Apart from that, as I mentioned there were 3 specific reasons why I think I did not get a job:
First, I did not prepare myself on a technical grounds. So, please, if you have a clear idea that after PhD you would like to go into industry or academia prepare yourselves based on technical and soft skills, which would be useful later on in that industry.
Second thing: network a lot because It doesn't matter if you want to go to academia or industry or do something of your own, networking is always the key to get into and on next level.
And third thing: now this third thing is mostly for international students In Europe -- about language. As I said before, most of the time the rejection I got was there for my inability to speak Dutch language, so whenever I talk to my friends in Sweden, Germany, Italy, almost everyone share this same story that “you know most of the time I get rejection because I cannot speak the local language”. So I highly recommend to speak or to learn local language wherever you are in Europe - learn the local language.

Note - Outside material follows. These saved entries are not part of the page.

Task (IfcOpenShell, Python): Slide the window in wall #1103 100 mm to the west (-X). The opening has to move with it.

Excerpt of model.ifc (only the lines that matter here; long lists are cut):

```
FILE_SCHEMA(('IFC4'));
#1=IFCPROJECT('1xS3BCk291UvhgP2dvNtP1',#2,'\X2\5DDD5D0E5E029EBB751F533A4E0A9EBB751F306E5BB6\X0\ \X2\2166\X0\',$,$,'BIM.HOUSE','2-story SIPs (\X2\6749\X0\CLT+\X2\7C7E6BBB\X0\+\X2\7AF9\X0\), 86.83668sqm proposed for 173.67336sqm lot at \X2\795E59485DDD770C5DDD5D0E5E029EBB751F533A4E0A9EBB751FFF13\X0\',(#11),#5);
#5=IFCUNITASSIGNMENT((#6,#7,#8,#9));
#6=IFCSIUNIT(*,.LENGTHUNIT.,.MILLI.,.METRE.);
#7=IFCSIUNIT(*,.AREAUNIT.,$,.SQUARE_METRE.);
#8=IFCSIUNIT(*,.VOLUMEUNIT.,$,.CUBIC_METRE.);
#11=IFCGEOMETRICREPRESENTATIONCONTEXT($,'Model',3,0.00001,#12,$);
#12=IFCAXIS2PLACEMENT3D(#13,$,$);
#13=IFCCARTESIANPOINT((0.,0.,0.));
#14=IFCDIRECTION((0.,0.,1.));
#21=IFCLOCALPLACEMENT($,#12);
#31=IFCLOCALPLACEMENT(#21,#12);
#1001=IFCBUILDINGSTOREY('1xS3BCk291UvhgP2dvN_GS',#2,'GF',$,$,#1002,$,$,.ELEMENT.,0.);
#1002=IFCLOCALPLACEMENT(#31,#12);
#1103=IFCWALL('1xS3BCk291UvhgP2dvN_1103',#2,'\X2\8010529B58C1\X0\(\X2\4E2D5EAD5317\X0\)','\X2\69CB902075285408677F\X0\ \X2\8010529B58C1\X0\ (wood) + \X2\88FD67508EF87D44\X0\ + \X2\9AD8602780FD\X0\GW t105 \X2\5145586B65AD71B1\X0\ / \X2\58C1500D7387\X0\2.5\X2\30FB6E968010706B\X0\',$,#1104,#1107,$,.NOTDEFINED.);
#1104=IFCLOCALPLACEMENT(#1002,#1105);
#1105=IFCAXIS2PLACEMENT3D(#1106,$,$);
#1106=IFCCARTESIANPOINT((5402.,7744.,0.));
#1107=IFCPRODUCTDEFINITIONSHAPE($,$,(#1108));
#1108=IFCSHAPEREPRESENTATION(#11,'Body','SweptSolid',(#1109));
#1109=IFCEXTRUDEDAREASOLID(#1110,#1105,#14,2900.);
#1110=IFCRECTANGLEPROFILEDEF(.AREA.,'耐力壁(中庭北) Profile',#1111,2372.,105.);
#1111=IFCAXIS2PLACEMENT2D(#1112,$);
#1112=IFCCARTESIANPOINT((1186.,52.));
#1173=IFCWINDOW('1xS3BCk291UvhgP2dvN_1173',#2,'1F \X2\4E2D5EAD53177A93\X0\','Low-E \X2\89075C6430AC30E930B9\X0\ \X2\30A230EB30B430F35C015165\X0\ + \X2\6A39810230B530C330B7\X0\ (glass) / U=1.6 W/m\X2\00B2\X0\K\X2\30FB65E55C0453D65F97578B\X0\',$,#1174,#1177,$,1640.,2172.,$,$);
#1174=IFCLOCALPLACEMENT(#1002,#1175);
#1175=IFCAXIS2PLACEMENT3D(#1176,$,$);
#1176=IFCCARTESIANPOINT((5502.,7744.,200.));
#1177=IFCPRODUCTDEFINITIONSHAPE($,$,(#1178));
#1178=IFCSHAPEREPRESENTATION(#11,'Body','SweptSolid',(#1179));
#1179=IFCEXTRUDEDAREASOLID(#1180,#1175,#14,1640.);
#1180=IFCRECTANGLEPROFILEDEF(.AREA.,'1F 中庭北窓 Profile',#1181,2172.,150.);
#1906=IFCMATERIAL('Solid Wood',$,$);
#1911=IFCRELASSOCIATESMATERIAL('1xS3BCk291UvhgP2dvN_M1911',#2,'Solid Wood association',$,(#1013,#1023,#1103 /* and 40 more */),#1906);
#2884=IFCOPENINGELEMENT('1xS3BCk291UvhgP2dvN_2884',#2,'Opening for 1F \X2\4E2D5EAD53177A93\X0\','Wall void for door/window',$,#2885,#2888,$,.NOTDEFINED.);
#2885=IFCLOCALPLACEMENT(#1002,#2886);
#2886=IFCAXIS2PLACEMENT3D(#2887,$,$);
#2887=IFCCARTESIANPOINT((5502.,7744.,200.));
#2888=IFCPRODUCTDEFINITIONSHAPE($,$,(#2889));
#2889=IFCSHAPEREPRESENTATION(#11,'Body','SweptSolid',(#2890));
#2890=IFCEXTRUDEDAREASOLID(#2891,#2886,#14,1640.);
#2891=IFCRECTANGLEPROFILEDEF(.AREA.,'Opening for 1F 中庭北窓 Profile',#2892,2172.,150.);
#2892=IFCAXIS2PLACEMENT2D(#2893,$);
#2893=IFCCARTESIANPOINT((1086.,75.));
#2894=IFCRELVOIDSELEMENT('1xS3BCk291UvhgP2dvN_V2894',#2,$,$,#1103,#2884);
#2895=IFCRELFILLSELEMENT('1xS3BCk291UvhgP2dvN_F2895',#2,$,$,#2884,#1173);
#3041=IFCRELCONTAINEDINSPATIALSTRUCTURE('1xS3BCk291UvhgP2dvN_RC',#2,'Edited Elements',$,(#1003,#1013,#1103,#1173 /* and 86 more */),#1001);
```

```python
import ifcopenshell
import ifcopenshell.api.geometry
import ifcopenshell.util.placement

model = ifcopenshell.open("model.ifc")

window = model.by_guid("1xS3BCk291UvhgP2dvN_1173")
opening = window.FillsVoids[0].RelatingOpeningElement
wall = opening.VoidsElements[0].RelatingBuildingElement

wall_matrix = ifcopenshell.util.placement.get_local_placement(wall.ObjectPlacement)
shift = wall_matrix[:3, 0] * -100.0
before = ifcopenshell.util.placement.get_local_placement(window.ObjectPlacement)[:3, 3].copy()

# The window is not placed relative to its opening, so move both.
for product in (opening, window):
    matrix = ifcopenshell.util.placement.get_local_placement(product.ObjectPlacement)
    matrix[:3, 3] += shift
    ifcopenshell.api.geometry.edit_object_placement(model, product=product, matrix=matrix, is_si=False)

after = ifcopenshell.util.placement.get_local_placement(window.ObjectPlacement)[:3, 3]
print("window moved by", (after - before).round(3) + 0.0)

model.write("model-out.ifc")
```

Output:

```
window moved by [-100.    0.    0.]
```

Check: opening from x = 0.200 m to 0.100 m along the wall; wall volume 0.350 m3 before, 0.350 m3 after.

I think these are the messages I have for future generation of PhDs. Just think beyond academia and industry, and also think about network because your network is your network. So put your efforts on building up your network.
There are a lot of soft skills you learn during PhD for example time management, project management, negotiation skills, stress management and so on.
All these skills are very much useful when you want to build up your business. So I highly recommend new PhD student if you get any startup idea from the beginning of your PhD, please, water it and let it grow further so that by the end of your PhD you will have something concrete to big innovate, something to build up your own.
So I think these are the three different sectors where a PhD can think of and really grow further.
So I think this is my journey so far and right now as I mentioned I help small and medium-sized pharmaceutical, nutraceutical and cosmeceutical companies either with raw material supplied, private label manufacturing, formulation development, clinical trials and sometimes import/export.
So there's a lot of things but I truly enjoy doing all these things and the most important thing right now: I'm doing what I love the most -- I'm serving pharmaceutical industry and at the same time at the end of the rope are the patients somewhere. I get this feeling that I'm helping needy people as well.
So it's worth, It's very satisfying right now for me what I'm doing my business, it's a bit tough, sometime it get very hard but of course that's the pros and cons with every job that some days are really nice and some days are quite hard.
So this is the deal you've get when being an independent person.
So I wish everyone all the best and I wish Tina and her team also all the best for your future interviewer and helping out a lot of PhDs and postdoc to find that right career.
Thank you so much Guys and Wish you all the best!
Thank you for listening to yet another episode of PhD career stories.